Other FCA rules have acted as obstacles for P2P’s progress within this sector too. The ‘connected parties’ rule means when investing in a SIPP, investors cannot lend to a ‘connected person’ like a spouse or close relative. This is difficult to guarantee if investing funds through a P2P platform that diversifies the investments across hundreds of different companies. And while most types of investment can be held within a SIPP, there is one notable exception – residential property. This can pose a challenge for certain property-backed P2P platforms.
According to David Bradley-Ward, chief executive of asset-backed P2P lender Ablrate, another crucial barrier for P2P SIPPs may be the other tax-free wrapper that P2P investors can access – the IFISA. He notes that since IFISAs were introduced in April 2016, P2P investments within SIPPs have dropped in popularity simply because IFISAs are easier and cheaper to set up. “If people are going to be investing in a tax-efficient way, they will probably do so through IFISAs,” he says.

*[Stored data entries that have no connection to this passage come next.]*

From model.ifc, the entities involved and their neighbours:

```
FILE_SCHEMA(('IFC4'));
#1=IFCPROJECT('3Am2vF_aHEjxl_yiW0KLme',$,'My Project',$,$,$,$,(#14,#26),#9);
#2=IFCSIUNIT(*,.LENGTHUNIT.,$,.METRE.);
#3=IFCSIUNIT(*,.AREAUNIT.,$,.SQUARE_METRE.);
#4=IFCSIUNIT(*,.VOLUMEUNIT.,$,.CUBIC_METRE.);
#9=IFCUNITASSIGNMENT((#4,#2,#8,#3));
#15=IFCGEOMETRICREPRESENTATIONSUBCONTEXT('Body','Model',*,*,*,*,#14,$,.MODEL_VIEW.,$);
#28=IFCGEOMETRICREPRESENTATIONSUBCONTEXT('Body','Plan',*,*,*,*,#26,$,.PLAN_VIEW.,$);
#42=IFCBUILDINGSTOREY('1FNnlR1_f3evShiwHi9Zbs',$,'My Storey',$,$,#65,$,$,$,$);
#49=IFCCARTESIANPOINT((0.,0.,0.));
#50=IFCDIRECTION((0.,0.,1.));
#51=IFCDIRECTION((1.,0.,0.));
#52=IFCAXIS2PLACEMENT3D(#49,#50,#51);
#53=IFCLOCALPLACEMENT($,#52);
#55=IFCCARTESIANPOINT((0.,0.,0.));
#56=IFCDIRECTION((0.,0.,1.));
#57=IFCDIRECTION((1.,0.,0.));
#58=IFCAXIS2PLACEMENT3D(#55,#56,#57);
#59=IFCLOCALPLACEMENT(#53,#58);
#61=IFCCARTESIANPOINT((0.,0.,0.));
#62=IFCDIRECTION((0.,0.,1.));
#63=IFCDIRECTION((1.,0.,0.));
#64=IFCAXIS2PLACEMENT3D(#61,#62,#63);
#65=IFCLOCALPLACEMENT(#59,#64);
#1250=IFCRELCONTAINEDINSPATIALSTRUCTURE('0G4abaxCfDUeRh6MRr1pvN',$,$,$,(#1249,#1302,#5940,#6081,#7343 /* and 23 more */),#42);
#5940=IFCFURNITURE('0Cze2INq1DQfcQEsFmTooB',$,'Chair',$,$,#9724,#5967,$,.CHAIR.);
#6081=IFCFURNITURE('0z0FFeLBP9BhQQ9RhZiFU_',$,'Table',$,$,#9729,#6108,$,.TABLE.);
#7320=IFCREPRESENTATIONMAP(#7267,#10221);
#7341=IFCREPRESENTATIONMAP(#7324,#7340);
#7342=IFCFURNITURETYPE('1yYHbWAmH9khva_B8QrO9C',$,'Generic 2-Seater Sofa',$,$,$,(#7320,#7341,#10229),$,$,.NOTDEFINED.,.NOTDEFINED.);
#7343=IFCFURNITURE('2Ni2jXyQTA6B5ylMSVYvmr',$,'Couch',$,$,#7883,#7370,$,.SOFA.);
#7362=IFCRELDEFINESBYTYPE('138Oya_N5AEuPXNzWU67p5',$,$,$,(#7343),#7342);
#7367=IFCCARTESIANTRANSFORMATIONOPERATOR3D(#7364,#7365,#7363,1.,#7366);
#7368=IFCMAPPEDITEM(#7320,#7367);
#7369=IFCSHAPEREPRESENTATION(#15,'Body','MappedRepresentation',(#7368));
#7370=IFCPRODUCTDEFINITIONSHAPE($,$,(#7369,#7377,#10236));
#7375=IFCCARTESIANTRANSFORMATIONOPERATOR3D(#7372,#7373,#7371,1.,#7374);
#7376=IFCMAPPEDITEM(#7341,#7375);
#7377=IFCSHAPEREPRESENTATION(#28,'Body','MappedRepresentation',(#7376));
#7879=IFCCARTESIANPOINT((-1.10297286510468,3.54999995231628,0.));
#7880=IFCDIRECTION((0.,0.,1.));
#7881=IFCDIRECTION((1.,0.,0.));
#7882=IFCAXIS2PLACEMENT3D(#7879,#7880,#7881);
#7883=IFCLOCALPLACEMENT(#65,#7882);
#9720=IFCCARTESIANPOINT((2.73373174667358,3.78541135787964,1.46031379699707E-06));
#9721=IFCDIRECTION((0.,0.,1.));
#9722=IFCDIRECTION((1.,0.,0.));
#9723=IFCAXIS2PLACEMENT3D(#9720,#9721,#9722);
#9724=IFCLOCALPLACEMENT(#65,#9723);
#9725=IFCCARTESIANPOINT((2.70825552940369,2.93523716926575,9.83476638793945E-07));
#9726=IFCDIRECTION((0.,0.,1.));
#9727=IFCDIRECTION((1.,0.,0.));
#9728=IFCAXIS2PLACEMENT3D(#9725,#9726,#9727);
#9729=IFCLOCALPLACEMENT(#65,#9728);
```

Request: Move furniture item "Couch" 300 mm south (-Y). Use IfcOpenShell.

```python
import ifcopenshell
import ifcopenshell.api.geometry
import ifcopenshell.util.placement
import ifcopenshell.util.unit

model = ifcopenshell.open("model.ifc")
unit_scale = ifcopenshell.util.unit.calculate_unit_scale(model)

item = model.by_guid("2Ni2jXyQTA6B5ylMSVYvmr")
matrix = ifcopenshell.util.placement.get_local_placement(item.ObjectPlacement)
matrix[1, 3] -= 0.3 / unit_scale
ifcopenshell.api.geometry.edit_object_placement(model, product=item, matrix=matrix, is_si=False)

print(ifcopenshell.util.placement.get_local_placement(item.ObjectPlacement).round(3) + 0.0)

model.write("model_edited.ifc")
```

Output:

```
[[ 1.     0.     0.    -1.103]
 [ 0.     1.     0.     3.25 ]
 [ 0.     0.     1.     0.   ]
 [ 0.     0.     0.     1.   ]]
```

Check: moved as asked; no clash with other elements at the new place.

Despite the challenges which are halting the pace of progress, Bristow says that SIPPs present a huge opportunity for both pension companies and individuals wanting to invest in P2P. He points out that pension companies have less of a fee barrier than IFAs face with standard P2P lending because they are already taking fees.

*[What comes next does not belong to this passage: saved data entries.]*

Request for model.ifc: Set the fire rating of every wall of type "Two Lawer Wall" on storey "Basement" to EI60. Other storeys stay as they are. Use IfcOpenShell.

First a look at what the model holds.

```python
import ifcopenshell
import ifcopenshell.util.element

model = ifcopenshell.open("model.ifc")
print(model.schema)
storey = next(s for s in model.by_type("IfcBuildingStorey") if s.Name == "Basement")
walls = [e for e in ifcopenshell.util.element.get_decomposition(storey) if e.is_a("IfcWall")]
seen = {}
for e in walls:
    element_type = ifcopenshell.util.element.get_type(e)
    key = (element_type.Name if element_type != e and element_type else None, ifcopenshell.util.element.get_pset(e, "Pset_WallCommon", "FireRating"))
    seen[key] = seen.get(key, 0) + 1
for (name, value), count in sorted(seen.items(), key=str):
    print(count, "x", name, "|", value)
```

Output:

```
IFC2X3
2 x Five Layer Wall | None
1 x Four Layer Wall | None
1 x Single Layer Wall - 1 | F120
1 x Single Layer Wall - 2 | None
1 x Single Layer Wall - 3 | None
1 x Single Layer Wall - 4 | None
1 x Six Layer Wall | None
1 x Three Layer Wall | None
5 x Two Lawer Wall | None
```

```python
import ifcopenshell
import ifcopenshell.api.pset
import ifcopenshell.util.element

model = ifcopenshell.open("model.ifc")

storey = next(s for s in model.by_type("IfcBuildingStorey") if s.Name == "Basement")
walls = [e for e in ifcopenshell.util.element.get_decomposition(storey) if e.is_a("IfcWall")]

count = 0
for e in walls:
    element_type = ifcopenshell.util.element.get_type(e)
    if element_type in (None, e) or element_type.Name != "Two Lawer Wall":
        continue
    # add_pset returns the element's existing set when there is one.
    pset = ifcopenshell.api.pset.add_pset(model, product=e, name="Pset_WallCommon")
    ifcopenshell.api.pset.edit_pset(model, pset=pset, properties={"FireRating": "EI60"})
    count += 1

print(count, "walls updated")

model.write("model-out.ifc")
```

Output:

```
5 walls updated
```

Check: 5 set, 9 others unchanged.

Bristow also claims a rising number of investors want to invest part of their pension portfolio in P2P and this consumer demand will cause change as pension companies will be forced to allow customers that choose to, to lend part of their SIPP in P2P.
“Otherwise they will lose customers,” he says. “The consumer demand for people with pensions to invest will drive the more progressive pension companies to allow P2P lending.
“So, the future is very bright and will definitely favour the companies which allow this because people will move their pension pots into them.”
The SIPP market presents challenges for P2P but this is an innovative sector which has become more confident in its ability to deliver strong returns for investors over the long term. Platforms have been banging on the door of the SIPP market from some time, and it’s time for the SIPP administrators to start letting them in.